7.1       Root cause:

I need to find out exact root cause of this problem. As of now I am not quoting any details for why this error came but the solution which I have followed I am specifying here -

7.2       Resolution:

I was getting this error during restart up of Managed server.
I have searched for the above error and found couple of forum and most of the forum said delete the *.lok file and restart the servers. I searched for *.lok file under aserver/mserver but didn’t find anywhere then I stopped the Admin Server as well and tried to restart the server and its was failing and got some error which was related to “Disk Space, there was no space left on disk”
Then I have deleted lots of *.logs and *.out files etc to create some free space. I have used “df –h”  and “du –sh” command to find out the location which is taking more space and deleted the un used file and restarted the server Admin and Managed both and the above error “Could not start JTAMT on local server” went away.

8         ERR: EmbeddedLDAP  java.lang.ArrayIndexOutOfBoundsException

During Admin server restart we were getting below error continuously and Admin server was not coming up-
####<Nov 5, 2012 4:47:05 AM EST> <Critical> <EmbeddedLDAP> <vans075007> <AdminServer> <VDE Replication Thread> <<anonymous>> <> <> <1352051225634> <BEA-000000> <java.lang.ArrayIndexOutOfBoundsException: 0

8.1       Root cause:


This Error comes when the changelog.data  and changelog.index file get corrupted located in servers/Adminserver/data/ldap/ldapfiles .
Below are list of scenarios during when these file can get corrupted.
  • While the admin server was writing an LDAP entry to the changelog, it was interrupted by a forced shutdown, which made the changelog partially updated.
  • When the admin server rebooted, it attempted to process the changelog (i.e., send the entries to the managed servers), but encountered the partially updated changelog.
  • The partial update was an entry that had been assigned a change number, but there was no data for the entry.
  • When the change log writer is interrupted between the index update and the data update and this update is in a synchronized method.

8.2       Resolution


This Error comes when the changelog.data  and changelog.index file get corrupted located in servers/Adminserver/data/ldap/ldapfiles .
Please take a backup of existing “ldap” folder deleted these two files, and restart the Admin servers.
Both files will be created again and server will start successfully.
The changelog.data file is used in WebLogic Server (WLS) to store LDAP information regarding users, groups, roles and policies. The EmbeddedLDAP server has an index file and a data file.
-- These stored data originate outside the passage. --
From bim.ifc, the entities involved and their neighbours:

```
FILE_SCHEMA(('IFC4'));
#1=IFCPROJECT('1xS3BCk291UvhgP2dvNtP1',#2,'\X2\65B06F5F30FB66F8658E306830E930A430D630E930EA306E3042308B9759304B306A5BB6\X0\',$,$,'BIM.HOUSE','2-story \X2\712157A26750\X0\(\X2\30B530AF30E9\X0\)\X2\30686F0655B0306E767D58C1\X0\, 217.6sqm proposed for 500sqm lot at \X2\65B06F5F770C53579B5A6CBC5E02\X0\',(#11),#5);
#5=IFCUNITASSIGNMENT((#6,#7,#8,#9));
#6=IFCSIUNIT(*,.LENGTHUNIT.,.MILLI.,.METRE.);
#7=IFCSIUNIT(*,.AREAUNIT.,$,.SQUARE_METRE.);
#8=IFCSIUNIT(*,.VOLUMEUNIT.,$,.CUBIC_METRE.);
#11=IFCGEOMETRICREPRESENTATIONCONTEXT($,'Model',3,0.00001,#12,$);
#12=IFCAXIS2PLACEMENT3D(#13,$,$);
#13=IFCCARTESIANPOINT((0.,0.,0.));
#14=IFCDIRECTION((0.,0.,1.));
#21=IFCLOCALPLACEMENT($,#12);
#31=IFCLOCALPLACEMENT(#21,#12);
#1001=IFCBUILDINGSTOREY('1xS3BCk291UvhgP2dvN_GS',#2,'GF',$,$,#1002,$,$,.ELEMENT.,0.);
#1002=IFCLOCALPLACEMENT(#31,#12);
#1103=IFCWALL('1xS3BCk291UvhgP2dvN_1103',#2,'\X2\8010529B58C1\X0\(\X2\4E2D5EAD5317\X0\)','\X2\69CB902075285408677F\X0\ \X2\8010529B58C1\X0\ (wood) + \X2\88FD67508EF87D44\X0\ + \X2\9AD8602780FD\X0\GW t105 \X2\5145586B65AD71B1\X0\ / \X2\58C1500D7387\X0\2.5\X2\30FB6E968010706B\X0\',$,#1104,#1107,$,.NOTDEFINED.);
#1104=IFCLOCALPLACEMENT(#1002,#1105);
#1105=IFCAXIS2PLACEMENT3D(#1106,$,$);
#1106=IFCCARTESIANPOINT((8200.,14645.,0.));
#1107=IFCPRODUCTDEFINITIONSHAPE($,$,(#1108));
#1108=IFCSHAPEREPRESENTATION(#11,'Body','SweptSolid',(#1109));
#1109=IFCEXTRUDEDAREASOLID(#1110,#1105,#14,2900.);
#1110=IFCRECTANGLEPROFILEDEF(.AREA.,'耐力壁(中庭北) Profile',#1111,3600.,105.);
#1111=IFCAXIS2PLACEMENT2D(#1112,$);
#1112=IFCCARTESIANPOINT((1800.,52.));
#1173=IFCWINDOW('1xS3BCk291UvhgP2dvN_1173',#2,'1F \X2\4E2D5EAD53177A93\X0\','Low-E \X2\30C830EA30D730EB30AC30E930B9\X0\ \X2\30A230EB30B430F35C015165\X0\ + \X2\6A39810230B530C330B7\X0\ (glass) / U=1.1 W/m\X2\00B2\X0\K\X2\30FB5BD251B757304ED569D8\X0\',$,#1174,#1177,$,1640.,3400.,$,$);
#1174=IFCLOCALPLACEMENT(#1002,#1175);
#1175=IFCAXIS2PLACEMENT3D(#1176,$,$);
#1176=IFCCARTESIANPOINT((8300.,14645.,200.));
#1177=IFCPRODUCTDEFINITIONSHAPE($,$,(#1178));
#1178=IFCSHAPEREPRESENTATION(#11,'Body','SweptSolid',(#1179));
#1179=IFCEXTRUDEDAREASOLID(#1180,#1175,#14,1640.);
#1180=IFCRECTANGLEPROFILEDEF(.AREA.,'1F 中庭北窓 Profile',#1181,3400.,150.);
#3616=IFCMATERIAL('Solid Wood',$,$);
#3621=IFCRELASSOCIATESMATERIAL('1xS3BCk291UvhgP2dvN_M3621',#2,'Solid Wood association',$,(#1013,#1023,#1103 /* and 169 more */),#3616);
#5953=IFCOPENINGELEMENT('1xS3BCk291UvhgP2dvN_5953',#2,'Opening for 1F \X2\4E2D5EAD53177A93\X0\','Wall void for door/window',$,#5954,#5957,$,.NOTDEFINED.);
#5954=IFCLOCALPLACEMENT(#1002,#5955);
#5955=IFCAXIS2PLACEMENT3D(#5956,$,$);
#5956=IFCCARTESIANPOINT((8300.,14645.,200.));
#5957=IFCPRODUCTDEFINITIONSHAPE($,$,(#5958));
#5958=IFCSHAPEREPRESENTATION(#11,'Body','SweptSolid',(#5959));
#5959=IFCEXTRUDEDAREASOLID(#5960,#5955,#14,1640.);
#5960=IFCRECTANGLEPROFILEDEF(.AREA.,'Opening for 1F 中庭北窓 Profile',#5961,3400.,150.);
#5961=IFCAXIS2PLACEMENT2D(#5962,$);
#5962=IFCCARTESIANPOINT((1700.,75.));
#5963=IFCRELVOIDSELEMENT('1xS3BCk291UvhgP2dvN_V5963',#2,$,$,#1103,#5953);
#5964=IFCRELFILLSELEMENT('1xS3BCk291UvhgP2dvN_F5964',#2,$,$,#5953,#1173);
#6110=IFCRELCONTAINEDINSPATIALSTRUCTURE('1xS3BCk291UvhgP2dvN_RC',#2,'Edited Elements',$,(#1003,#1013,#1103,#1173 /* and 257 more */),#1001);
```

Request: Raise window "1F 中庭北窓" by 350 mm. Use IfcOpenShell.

```python
import numpy as np
import ifcopenshell
import ifcopenshell.api.geometry
import ifcopenshell.util.placement
import ifcopenshell.util.unit

model = ifcopenshell.open("bim.ifc")
unit_scale = ifcopenshell.util.unit.calculate_unit_scale(model)

window = model.by_id(1173)
opening = window.FillsVoids[0].RelatingOpeningElement
dz = 0.35 / unit_scale

shift = np.array([0.0, 0.0, dz])
# The window is not placed relative to its opening, so move both.
for product in (opening, window):
    matrix = ifcopenshell.util.placement.get_local_placement(product.ObjectPlacement)
    matrix[:3, 3] += shift
    ifcopenshell.api.geometry.edit_object_placement(model, product=product, matrix=matrix, is_si=False)

print(f"moved by {dz * unit_scale:+.3f} m")

model.write("bim_v2.ifc")
```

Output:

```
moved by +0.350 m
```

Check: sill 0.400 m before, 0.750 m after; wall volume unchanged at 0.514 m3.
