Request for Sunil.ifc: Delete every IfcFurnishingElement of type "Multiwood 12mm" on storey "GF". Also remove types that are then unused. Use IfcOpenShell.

First a look at what the model holds.

```python
import ifcopenshell
import ifcopenshell.util.element

model = ifcopenshell.open("Sunil.ifc")
print(model.schema)
storey = next(s for s in model.by_type("IfcBuildingStorey") if s.Name == "GF")
furniture = [e for e in ifcopenshell.util.element.get_decomposition(storey) if e.is_a("IfcFurnishingElement")]
seen = {}
for e in furniture:
    element_type = ifcopenshell.util.element.get_type(e)
    name = element_type.Name if element_type not in (None, e) else None
    seen[name] = seen.get(name, 0) + 1
for name, count in sorted(seen.items(), key=str):
    print(count, "x", name)
```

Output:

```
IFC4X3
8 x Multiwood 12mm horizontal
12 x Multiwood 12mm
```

```python
import ifcopenshell
import ifcopenshell.api.root
import ifcopenshell.util.element

model = ifcopenshell.open("Sunil.ifc")

storey = next(s for s in model.by_type("IfcBuildingStorey") if s.Name == "GF")
furniture = [e for e in ifcopenshell.util.element.get_decomposition(storey) if e.is_a("IfcFurnishingElement")]
targets = [e for e in furniture if (t := ifcopenshell.util.element.get_type(e)) not in (None, e) and t.Name == "Multiwood 12mm"]
types = {ifcopenshell.util.element.get_type(e) for e in targets} - {None, *targets}

for e in targets:
    ifcopenshell.api.root.remove_product(model, product=e)
print(len(targets), "removed")

unused = [t for t in types if not ifcopenshell.util.element.get_types(t)]
for t in unused:
    ifcopenshell.api.root.remove_product(model, product=t)
print(len(unused), "unused types removed")

model.write("Sunil_updated.ifc")
```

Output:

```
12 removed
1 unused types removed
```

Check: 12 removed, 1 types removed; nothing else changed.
Each entry in the data file is pointed to by a index file entry; the index file entry is dictated by an integer that identified the entry.
For more details about issue and solution please refer the Oracle Note: DOC ID: 1325978.1


Common resolution

Following is list of general action which we can perfom in Test enviornment to fix the server startup problem -
Step1: Try to delete all the .lok file
Step2: Try to delete .DAT file insider $Domain/servers/AdminSever/step.
Step3: Take a backup of "tmp" folder inside servers folder and delete “tmp” folder
Step4:  Take a backup of "data" foler inside servers folder and delete “data” folder
Step5: Change the port number if some port is already in use.